Scan the entries that follow and copy out every line containing "IFCRELDEFINESBYTYPE".

Collected data entries
-- Opening Marker --

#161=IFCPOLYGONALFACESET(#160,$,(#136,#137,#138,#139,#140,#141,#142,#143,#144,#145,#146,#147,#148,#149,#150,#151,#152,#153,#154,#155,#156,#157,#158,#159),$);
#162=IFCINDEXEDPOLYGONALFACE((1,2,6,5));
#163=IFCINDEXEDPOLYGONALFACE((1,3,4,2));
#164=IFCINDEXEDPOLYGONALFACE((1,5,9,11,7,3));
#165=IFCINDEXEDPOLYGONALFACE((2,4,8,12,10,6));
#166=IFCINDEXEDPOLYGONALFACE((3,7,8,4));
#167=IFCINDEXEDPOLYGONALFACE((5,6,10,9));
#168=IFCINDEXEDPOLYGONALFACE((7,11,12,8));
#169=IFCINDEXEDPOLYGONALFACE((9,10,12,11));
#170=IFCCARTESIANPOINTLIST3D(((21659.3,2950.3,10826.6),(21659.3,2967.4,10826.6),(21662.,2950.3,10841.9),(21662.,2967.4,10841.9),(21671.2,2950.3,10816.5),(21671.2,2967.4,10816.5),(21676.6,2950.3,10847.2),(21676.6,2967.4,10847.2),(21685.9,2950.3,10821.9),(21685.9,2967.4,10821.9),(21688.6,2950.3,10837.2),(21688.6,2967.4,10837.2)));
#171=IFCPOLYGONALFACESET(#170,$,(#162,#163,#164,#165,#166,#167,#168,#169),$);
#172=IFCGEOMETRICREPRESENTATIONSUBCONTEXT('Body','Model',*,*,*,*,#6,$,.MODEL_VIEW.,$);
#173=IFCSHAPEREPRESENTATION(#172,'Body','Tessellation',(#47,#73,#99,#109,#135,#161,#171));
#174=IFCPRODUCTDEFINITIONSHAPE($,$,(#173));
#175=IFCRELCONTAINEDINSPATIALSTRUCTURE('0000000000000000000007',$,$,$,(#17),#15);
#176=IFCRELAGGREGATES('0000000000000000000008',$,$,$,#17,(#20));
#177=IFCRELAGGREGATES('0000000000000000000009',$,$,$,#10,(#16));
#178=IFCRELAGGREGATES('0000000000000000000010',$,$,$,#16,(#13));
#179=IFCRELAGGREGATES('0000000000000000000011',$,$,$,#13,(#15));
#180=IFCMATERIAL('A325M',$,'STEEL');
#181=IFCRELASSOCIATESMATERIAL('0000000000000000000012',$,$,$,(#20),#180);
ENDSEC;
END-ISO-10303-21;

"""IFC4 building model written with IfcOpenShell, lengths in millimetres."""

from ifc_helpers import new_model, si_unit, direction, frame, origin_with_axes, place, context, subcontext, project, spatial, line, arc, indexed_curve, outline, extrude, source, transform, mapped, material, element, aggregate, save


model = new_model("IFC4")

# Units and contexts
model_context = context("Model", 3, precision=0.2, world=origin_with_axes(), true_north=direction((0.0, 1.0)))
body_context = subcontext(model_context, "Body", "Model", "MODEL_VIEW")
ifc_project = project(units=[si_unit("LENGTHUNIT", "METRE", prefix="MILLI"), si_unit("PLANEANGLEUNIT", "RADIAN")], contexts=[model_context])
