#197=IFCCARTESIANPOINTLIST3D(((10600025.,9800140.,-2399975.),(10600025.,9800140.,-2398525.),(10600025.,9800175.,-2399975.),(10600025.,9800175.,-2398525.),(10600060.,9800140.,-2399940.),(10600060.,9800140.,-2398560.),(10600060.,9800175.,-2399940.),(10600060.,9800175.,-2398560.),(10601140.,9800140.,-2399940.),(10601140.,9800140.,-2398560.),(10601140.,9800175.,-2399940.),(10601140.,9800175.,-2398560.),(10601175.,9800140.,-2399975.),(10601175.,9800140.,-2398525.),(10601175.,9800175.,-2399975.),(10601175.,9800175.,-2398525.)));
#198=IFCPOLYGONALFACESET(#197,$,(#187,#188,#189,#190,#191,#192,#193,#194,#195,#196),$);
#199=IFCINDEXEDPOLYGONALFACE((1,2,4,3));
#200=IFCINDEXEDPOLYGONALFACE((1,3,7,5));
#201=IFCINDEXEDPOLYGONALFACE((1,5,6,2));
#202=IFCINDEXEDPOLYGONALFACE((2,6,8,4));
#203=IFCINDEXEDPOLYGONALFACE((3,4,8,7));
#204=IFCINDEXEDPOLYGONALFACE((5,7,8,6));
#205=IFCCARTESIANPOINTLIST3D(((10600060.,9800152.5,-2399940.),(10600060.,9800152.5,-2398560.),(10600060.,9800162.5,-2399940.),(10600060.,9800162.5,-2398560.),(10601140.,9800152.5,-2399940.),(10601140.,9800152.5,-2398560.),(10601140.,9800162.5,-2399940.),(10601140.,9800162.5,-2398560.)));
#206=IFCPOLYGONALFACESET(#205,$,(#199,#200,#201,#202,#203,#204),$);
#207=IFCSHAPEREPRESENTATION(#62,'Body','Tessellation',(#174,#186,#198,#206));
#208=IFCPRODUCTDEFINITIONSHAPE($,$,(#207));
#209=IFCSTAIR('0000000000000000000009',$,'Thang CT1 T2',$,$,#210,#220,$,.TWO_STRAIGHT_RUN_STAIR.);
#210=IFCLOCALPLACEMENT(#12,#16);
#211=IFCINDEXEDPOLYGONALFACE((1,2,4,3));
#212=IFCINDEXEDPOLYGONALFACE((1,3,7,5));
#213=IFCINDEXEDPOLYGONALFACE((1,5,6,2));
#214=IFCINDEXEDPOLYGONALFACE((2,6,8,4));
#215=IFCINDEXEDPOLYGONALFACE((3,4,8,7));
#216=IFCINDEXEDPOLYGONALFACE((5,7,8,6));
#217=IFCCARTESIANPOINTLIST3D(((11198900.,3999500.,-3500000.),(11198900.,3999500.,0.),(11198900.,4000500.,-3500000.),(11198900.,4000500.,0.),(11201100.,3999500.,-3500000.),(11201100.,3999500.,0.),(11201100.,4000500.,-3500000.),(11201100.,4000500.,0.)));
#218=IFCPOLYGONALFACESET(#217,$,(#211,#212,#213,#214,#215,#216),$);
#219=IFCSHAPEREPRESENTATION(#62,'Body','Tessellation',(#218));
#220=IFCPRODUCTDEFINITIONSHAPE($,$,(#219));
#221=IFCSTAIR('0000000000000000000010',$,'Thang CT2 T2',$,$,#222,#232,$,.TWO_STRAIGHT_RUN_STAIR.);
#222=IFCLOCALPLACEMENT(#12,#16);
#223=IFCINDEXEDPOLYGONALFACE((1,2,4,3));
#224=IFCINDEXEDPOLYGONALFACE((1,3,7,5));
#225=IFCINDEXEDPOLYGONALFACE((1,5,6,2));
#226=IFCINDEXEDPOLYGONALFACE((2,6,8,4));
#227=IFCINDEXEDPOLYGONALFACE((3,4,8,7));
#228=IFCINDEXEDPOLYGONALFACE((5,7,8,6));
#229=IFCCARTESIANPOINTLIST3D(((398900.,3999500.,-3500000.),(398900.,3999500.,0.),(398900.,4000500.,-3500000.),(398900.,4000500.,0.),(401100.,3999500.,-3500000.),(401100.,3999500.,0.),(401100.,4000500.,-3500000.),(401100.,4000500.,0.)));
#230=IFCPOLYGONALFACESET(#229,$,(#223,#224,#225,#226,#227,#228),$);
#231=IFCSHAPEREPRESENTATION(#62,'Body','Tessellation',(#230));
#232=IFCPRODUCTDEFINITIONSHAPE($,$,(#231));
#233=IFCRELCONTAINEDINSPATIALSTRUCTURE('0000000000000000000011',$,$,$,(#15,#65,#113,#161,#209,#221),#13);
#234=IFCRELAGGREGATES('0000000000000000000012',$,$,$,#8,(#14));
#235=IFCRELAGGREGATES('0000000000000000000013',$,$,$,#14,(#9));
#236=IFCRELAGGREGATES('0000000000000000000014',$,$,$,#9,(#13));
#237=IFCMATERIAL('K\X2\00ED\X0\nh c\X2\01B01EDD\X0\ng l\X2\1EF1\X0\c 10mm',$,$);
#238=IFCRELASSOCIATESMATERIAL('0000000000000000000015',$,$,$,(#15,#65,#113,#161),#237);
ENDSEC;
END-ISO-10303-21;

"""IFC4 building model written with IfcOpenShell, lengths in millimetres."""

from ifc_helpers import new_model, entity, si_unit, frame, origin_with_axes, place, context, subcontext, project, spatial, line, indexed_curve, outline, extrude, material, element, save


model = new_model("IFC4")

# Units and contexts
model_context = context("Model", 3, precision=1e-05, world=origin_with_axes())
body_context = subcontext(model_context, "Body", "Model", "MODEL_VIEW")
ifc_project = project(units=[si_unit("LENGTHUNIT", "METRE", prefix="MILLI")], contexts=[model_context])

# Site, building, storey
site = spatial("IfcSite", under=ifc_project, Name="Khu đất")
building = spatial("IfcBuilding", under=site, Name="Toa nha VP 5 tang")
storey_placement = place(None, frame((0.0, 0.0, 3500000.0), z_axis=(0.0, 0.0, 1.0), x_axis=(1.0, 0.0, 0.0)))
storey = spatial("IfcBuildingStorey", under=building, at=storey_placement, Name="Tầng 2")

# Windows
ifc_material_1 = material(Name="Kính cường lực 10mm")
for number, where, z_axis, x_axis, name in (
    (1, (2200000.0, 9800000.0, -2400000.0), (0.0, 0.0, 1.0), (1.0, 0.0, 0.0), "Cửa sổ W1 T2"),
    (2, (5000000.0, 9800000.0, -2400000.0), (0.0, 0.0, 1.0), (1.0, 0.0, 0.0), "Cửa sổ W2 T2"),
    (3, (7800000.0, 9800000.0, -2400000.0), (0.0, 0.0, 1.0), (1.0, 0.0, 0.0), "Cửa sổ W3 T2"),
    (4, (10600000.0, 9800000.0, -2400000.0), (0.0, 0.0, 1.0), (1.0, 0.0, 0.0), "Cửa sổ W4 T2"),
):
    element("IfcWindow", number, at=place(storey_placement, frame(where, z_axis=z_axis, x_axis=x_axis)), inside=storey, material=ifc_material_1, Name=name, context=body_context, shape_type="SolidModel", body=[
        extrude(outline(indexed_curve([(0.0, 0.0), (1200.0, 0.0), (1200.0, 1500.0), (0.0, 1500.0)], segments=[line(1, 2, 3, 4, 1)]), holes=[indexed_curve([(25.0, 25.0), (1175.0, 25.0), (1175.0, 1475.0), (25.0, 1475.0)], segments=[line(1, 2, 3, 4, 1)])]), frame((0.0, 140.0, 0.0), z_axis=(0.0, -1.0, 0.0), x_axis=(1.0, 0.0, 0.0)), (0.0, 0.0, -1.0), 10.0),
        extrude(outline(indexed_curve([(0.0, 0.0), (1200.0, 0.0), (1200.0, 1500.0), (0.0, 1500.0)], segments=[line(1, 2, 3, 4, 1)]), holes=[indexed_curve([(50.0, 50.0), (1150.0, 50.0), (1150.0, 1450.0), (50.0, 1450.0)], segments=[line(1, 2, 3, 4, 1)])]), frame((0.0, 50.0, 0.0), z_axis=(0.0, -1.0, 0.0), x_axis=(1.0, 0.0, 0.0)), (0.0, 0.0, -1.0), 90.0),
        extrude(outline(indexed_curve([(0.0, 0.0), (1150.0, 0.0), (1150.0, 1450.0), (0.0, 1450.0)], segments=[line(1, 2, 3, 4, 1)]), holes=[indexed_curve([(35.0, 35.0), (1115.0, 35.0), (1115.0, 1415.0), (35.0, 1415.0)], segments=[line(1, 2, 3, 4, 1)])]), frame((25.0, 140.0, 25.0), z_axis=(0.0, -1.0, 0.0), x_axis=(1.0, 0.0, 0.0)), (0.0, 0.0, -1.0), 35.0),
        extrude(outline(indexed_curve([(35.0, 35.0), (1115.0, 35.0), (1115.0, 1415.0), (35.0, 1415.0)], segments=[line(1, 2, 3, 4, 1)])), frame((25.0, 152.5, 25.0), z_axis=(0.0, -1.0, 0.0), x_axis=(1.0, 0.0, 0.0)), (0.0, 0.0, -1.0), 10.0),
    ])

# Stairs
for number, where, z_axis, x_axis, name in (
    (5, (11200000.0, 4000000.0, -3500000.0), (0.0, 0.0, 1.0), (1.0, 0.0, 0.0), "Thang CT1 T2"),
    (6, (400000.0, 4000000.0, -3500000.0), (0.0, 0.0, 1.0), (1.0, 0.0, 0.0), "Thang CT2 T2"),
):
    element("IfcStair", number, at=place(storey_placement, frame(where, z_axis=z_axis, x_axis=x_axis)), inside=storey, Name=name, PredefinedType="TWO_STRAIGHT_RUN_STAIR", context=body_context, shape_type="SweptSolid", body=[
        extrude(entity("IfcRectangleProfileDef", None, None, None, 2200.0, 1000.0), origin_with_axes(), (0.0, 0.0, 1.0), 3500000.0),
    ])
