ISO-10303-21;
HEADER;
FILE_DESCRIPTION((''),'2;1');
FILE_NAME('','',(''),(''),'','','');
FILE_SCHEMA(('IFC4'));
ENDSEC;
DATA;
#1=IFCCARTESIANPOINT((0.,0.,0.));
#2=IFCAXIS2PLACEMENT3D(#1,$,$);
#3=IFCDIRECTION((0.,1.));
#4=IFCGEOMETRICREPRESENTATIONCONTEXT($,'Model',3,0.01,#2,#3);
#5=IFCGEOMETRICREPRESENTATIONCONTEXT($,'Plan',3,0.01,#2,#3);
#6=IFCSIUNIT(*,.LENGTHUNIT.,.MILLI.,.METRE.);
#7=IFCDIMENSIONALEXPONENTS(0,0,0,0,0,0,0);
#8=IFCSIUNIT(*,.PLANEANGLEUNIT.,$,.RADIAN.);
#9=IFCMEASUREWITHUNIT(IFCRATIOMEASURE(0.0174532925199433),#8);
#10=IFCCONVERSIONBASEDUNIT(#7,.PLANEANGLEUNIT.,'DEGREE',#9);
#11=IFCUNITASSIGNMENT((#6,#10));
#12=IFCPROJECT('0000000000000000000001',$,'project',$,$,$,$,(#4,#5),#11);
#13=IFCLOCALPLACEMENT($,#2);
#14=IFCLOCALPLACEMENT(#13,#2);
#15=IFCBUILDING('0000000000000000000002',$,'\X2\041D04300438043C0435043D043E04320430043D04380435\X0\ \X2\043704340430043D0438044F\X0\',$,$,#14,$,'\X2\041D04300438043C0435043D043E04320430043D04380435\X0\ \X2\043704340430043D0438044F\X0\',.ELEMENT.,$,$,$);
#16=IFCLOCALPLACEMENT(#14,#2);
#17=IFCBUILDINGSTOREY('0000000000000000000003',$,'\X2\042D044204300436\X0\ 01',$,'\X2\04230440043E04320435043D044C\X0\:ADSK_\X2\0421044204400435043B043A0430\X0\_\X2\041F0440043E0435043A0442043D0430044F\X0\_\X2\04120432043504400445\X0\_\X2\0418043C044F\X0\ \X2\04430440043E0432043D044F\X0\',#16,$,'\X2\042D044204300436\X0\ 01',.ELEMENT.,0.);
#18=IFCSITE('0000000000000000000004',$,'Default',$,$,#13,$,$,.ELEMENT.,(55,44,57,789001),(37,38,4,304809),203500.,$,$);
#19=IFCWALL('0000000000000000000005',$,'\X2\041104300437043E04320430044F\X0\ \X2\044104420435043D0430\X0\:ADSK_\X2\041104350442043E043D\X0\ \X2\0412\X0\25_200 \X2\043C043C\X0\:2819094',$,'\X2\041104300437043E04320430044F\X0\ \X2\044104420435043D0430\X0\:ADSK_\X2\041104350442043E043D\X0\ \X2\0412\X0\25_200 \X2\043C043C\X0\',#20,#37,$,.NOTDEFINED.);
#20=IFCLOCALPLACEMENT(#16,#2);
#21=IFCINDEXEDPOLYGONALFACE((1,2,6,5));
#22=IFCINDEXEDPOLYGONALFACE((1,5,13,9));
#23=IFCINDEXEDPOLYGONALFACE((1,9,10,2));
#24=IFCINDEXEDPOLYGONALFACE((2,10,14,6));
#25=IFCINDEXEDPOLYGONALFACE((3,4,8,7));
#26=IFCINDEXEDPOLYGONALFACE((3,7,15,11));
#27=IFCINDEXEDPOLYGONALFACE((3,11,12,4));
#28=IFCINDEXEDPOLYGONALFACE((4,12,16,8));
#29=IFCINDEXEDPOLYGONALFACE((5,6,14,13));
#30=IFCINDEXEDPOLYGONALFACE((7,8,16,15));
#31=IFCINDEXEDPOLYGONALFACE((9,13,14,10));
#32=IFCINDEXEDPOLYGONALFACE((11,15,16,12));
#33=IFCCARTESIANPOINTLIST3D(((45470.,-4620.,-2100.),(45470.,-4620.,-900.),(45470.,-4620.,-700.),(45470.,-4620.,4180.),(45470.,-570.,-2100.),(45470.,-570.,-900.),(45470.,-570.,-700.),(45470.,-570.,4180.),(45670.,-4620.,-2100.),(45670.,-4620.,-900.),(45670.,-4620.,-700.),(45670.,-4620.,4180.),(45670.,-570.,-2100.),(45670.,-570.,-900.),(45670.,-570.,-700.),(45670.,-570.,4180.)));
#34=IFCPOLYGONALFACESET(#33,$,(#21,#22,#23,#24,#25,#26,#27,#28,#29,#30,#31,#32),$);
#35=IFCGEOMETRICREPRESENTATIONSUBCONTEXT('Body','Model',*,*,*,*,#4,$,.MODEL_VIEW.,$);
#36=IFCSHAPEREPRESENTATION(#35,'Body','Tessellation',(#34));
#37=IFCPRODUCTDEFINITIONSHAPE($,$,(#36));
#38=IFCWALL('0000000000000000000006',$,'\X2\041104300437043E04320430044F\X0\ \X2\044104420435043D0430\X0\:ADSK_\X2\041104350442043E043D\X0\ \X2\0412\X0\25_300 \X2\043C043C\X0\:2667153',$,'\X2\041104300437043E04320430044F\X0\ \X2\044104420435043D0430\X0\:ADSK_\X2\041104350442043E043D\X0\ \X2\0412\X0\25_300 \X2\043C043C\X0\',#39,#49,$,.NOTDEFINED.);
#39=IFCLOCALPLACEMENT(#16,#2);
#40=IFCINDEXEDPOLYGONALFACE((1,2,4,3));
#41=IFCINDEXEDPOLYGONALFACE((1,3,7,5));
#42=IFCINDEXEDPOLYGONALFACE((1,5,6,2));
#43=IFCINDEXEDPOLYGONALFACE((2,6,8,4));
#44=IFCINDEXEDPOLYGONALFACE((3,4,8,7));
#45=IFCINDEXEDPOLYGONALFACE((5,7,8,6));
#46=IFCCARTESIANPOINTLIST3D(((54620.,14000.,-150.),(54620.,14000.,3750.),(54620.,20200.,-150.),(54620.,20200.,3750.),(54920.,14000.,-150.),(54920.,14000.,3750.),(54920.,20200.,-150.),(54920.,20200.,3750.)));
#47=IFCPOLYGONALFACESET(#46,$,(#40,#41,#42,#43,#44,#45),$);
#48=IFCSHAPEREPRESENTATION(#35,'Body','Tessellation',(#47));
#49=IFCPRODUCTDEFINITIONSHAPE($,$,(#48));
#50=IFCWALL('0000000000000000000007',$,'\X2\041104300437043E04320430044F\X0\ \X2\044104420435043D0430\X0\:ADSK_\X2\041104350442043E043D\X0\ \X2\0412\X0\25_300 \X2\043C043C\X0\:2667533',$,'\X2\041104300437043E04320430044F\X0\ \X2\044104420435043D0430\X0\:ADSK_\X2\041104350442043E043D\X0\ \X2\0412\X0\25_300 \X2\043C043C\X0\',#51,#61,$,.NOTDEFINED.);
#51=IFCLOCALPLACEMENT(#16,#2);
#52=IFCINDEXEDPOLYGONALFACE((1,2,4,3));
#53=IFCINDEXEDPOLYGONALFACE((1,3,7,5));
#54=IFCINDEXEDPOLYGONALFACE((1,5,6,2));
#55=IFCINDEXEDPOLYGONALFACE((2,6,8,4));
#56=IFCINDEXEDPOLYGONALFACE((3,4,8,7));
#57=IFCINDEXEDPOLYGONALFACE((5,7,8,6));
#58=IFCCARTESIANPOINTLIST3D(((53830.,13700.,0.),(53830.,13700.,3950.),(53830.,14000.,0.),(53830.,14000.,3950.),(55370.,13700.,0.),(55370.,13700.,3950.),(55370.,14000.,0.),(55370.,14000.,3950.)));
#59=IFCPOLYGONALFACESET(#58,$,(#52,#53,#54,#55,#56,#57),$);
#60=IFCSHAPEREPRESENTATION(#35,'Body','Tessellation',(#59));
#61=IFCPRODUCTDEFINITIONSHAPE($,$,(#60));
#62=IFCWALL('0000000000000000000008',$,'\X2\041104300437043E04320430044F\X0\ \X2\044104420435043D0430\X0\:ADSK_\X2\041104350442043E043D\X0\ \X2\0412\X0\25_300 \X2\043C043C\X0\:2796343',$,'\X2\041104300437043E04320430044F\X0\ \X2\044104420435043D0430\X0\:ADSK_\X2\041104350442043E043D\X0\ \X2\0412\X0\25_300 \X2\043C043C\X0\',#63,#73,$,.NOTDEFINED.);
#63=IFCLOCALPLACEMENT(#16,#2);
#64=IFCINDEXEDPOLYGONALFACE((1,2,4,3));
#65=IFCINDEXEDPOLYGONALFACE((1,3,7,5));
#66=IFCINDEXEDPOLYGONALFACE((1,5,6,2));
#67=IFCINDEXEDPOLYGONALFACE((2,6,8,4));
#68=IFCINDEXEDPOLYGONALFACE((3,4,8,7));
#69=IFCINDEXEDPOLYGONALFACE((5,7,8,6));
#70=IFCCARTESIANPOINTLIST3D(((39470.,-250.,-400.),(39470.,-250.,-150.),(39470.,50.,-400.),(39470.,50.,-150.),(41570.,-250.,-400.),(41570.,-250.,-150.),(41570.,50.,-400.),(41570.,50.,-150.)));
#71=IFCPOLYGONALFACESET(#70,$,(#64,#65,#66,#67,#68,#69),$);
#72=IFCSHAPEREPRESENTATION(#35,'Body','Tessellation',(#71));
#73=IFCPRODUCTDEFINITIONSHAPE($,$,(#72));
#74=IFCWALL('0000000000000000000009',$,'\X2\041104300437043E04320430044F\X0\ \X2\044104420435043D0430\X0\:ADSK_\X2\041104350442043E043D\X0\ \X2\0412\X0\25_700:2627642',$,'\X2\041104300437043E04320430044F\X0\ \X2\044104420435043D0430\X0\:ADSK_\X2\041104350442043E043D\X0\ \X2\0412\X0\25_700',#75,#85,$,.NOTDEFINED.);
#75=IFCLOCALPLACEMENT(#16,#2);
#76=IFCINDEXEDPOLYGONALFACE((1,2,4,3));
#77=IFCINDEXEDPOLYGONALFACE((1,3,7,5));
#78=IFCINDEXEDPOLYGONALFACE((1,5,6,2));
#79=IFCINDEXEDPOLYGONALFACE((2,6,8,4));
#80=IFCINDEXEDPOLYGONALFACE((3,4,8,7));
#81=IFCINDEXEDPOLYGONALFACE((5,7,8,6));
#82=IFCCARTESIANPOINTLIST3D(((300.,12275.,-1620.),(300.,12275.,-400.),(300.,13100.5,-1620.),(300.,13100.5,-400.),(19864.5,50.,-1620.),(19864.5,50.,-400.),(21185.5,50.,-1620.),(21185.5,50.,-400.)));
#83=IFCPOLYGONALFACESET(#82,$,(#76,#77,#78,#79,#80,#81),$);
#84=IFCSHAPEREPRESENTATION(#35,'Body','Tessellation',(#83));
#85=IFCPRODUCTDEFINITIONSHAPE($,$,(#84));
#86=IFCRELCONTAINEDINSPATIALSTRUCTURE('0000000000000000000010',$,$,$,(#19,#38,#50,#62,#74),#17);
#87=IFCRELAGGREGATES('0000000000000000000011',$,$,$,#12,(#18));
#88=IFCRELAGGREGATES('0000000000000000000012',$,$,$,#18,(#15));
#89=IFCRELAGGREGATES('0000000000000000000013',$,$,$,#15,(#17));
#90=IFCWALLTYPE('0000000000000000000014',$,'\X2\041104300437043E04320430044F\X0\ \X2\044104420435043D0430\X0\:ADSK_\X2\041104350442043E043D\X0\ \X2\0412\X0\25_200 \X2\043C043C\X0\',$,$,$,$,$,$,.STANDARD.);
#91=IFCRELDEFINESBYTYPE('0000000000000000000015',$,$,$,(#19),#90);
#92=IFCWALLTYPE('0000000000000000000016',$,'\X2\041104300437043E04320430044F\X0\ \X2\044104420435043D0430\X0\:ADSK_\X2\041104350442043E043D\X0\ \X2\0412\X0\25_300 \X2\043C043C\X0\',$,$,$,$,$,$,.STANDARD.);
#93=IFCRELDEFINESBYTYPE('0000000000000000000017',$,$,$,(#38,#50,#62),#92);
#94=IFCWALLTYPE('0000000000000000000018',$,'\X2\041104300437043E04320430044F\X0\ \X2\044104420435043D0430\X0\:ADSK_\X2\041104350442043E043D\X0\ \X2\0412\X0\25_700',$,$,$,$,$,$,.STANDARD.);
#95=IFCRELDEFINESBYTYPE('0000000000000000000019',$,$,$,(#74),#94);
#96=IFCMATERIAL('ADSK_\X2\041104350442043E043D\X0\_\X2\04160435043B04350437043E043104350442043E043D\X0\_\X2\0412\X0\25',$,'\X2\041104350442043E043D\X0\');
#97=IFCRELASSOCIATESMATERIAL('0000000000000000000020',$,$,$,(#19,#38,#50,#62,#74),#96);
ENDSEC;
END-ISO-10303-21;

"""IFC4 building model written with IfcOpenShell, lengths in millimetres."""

from ifc_helpers import new_model, entity, si_unit, converted_unit, direction, frame, origin, place, context, subcontext, project, spatial, indexed_curve, outline, extrude, material, type_object, element, save


model = new_model("IFC4")

# Units and contexts
model_context = context("Model", 3, precision=0.01, world=origin(), true_north=direction((0.0, 1.0)))
plan_context = context("Plan", 3, precision=0.01, world=origin(), true_north=direction((0.0, 1.0)))
body_context = subcontext(model_context, "Body", "Model", "MODEL_VIEW")
ifc_project = project(units=[si_unit("LENGTHUNIT", "METRE", prefix="MILLI"), converted_unit("PLANEANGLEUNIT", "DEGREE", entity("IfcRatioMeasure", 0.0174532925199433), si_unit("PLANEANGLEUNIT", "RADIAN"), dimensions=[0, 0, 0, 0, 0, 0, 0])], contexts=[model_context, plan_context])

# Site, building, storey
site_placement = place(None, origin())
site = spatial("IfcSite", under=ifc_project, at=site_placement, Name="Default", CompositionType="ELEMENT", RefLatitude=(55, 44, 57, 789001), RefLongitude=(37, 38, 4, 304809), RefElevation=203500.0)
building_placement = place(site_placement, origin())
building = spatial("IfcBuilding", under=site, at=building_placement, Name="Наименование здания", LongName="Наименование здания", CompositionType="ELEMENT")
storey_placement = place(building_placement, origin())
storey = spatial("IfcBuildingStorey", under=building, at=storey_placement, Name="Этаж 01", ObjectType="Уровень:ADSK_Стрелка_Проектная_Вверх_Имя уровня", LongName="Этаж 01", CompositionType="ELEMENT", Elevation=0.0)

# Shared definitions
ifc_material = material(Name="ADSK_Бетон_Железобетон_В25", Category="Бетон")
wall_type_1 = type_object("IfcWallType", Name="Базовая стена:ADSK_Бетон В25_200 мм", PredefinedType="STANDARD")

-- Closing Marker --

=== OUTPUT OF THE TASK ===
#91=IFCRELDEFINESBYTYPE('0000000000000000000015',$,$,$,(#19),#90);
#93=IFCRELDEFINESBYTYPE('0000000000000000000017',$,$,$,(#38,#50,#62),#92);
#95=IFCRELDEFINESBYTYPE('0000000000000000000019',$,$,$,(#74),#94);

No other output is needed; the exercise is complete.